WHAT THIS TASK INVOLVES: Copy each line of the entries that includes the word "IFCPRODUCTDEFINITIONSHAPE".

DATA SHOWN:

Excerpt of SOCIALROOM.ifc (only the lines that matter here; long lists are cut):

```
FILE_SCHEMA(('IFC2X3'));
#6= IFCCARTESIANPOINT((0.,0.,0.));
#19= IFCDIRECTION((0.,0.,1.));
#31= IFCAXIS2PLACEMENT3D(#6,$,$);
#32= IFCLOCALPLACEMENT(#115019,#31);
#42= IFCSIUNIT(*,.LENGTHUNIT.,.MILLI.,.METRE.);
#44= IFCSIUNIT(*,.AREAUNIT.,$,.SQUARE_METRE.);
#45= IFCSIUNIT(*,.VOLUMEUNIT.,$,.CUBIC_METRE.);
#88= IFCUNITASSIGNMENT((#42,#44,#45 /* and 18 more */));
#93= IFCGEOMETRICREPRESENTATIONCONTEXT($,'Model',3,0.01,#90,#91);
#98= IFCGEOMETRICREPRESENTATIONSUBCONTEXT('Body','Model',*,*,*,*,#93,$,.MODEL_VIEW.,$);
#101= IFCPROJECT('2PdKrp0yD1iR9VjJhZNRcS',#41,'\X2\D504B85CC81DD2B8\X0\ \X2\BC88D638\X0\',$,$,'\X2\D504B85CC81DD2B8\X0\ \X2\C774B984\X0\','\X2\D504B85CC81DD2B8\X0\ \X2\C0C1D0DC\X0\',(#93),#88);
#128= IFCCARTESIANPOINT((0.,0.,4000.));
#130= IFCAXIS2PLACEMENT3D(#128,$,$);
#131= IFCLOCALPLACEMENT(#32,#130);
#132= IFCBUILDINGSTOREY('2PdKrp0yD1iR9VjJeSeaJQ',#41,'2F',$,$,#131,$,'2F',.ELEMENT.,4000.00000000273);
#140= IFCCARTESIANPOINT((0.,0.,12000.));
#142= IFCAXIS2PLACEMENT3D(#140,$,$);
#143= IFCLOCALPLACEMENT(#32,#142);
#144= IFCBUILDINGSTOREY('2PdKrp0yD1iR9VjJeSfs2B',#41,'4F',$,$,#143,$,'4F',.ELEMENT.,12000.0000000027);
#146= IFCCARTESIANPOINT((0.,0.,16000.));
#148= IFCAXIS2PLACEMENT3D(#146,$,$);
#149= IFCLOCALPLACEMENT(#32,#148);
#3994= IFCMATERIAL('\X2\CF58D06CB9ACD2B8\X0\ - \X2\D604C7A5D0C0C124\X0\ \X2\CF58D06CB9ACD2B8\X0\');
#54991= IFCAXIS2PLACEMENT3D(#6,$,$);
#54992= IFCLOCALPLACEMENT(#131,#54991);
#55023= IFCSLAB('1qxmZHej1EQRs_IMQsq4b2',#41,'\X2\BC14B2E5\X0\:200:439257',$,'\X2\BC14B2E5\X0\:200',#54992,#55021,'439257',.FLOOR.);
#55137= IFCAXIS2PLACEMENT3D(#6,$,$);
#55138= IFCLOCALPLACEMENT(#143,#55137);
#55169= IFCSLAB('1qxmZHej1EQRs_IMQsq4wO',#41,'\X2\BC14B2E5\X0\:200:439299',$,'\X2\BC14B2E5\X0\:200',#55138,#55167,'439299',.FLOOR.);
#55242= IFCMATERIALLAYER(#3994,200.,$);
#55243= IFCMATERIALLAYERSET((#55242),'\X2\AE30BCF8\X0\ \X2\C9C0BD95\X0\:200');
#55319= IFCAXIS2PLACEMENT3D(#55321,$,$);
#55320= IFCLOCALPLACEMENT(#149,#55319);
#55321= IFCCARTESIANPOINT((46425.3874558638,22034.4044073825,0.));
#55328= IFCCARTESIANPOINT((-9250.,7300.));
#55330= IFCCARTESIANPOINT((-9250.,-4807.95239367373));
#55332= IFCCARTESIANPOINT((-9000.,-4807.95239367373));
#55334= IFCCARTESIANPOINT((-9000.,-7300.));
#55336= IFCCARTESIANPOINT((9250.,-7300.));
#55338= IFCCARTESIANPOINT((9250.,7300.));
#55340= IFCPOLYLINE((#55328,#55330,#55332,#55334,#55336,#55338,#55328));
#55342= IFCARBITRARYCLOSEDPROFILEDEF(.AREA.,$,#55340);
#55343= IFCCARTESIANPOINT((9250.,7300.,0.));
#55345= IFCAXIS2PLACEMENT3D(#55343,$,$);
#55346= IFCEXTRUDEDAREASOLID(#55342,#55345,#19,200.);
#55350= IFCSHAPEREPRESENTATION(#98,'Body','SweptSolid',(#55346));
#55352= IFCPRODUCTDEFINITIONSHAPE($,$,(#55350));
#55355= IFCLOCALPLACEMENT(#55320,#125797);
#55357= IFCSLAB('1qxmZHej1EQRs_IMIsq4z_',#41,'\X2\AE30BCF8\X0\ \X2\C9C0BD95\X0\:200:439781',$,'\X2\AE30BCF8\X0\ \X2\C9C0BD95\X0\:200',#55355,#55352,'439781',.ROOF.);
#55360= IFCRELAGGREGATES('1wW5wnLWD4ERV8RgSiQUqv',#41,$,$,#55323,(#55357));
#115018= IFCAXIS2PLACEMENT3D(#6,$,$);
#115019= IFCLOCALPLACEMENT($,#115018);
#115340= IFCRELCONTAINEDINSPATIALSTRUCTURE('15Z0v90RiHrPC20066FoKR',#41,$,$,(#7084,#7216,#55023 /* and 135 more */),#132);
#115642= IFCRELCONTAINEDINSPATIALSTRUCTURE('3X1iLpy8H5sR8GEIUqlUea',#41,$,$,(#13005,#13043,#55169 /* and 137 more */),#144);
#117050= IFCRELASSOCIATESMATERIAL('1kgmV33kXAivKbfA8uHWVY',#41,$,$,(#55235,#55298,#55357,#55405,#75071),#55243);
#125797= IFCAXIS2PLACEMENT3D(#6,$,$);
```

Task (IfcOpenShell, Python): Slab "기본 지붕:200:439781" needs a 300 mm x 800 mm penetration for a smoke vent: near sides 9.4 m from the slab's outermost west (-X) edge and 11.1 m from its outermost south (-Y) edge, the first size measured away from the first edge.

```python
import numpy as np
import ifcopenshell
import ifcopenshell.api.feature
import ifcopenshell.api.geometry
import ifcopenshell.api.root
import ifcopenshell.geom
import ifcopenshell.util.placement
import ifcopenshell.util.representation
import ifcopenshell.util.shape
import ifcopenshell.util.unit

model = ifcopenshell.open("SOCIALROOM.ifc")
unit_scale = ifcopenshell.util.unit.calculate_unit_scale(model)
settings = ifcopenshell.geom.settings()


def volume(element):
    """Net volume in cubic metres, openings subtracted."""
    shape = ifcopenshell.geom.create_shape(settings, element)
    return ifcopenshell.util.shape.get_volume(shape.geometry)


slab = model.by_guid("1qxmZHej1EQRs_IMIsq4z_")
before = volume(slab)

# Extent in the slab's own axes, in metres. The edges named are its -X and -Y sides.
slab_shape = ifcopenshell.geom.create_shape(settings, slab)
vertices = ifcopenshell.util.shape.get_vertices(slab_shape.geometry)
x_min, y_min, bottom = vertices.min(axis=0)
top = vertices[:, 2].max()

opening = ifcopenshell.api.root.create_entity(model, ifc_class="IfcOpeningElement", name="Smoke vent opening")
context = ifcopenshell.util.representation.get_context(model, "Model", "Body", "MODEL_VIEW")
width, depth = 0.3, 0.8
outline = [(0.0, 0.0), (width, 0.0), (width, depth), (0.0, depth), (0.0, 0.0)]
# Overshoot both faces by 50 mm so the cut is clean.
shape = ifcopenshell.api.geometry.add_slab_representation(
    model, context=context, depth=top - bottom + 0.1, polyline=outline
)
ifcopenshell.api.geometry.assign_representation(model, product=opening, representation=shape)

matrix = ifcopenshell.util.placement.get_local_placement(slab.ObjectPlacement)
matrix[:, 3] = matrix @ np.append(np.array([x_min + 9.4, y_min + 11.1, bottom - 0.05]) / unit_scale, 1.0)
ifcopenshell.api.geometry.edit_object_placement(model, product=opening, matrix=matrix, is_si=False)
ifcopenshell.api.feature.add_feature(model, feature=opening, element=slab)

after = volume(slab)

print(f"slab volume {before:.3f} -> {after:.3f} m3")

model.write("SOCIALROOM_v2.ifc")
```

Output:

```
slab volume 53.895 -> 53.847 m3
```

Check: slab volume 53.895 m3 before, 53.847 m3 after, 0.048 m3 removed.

---

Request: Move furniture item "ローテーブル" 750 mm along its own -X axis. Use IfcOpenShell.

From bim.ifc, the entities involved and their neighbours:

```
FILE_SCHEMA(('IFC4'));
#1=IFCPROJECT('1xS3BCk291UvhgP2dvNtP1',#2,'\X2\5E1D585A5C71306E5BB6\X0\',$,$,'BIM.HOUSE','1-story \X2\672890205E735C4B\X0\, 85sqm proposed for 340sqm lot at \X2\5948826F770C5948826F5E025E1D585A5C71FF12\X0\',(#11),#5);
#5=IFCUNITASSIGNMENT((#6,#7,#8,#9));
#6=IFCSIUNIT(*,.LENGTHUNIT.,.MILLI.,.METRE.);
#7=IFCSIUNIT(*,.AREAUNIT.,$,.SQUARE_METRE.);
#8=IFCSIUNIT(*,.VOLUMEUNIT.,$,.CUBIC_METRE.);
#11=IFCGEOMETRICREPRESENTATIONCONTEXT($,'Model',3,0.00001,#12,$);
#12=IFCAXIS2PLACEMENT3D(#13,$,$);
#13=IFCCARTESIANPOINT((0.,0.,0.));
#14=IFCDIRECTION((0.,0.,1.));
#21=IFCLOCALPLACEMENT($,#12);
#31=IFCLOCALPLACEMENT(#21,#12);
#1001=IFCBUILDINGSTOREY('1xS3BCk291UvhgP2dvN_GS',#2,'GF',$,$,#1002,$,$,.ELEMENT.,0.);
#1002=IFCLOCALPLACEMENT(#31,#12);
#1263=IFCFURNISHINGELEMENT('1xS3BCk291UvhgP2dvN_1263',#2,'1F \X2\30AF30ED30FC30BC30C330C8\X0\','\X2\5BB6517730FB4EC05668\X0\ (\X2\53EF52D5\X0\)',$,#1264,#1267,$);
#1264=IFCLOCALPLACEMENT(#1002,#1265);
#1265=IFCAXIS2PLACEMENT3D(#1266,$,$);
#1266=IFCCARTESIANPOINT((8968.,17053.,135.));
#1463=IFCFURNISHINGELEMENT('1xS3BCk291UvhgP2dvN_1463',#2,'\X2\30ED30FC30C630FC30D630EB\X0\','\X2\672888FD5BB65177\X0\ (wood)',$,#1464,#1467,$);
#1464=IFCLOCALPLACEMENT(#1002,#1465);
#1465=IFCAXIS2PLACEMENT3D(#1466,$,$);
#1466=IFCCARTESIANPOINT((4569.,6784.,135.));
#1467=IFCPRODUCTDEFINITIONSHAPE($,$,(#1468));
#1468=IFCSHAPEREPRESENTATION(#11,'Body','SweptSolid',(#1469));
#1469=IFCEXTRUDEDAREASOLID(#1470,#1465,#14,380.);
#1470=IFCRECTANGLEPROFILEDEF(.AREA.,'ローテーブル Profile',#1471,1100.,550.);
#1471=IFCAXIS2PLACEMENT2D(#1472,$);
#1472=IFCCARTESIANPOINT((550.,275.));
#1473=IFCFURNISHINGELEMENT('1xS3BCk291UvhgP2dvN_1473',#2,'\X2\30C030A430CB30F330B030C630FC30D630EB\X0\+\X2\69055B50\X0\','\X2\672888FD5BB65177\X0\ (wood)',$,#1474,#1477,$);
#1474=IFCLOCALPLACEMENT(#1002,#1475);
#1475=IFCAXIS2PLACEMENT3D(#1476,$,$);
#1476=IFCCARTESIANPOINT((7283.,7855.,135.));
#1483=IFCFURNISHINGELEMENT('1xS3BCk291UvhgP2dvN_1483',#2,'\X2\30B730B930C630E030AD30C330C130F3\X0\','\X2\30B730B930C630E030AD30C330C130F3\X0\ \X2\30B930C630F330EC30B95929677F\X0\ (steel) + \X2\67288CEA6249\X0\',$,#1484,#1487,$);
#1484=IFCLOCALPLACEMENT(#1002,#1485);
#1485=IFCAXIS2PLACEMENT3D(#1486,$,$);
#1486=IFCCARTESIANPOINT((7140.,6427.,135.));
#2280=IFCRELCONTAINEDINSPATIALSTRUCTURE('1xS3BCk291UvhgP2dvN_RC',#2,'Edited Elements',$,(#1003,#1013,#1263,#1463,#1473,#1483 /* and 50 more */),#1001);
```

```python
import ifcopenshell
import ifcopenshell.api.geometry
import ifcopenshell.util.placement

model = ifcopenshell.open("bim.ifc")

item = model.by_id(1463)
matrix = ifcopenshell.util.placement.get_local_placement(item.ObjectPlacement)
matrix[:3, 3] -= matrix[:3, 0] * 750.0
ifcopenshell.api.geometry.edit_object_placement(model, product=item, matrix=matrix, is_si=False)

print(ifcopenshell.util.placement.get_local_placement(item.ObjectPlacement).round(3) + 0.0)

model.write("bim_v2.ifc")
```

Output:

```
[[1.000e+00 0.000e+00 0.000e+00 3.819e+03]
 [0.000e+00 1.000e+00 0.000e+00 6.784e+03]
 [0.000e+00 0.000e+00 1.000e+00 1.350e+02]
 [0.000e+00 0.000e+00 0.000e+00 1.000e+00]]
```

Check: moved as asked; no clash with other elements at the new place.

SOLUTION:
#55352= IFCPRODUCTDEFINITIONSHAPE($,$,(#55350));
#1467=IFCPRODUCTDEFINITIONSHAPE($,$,(#1468));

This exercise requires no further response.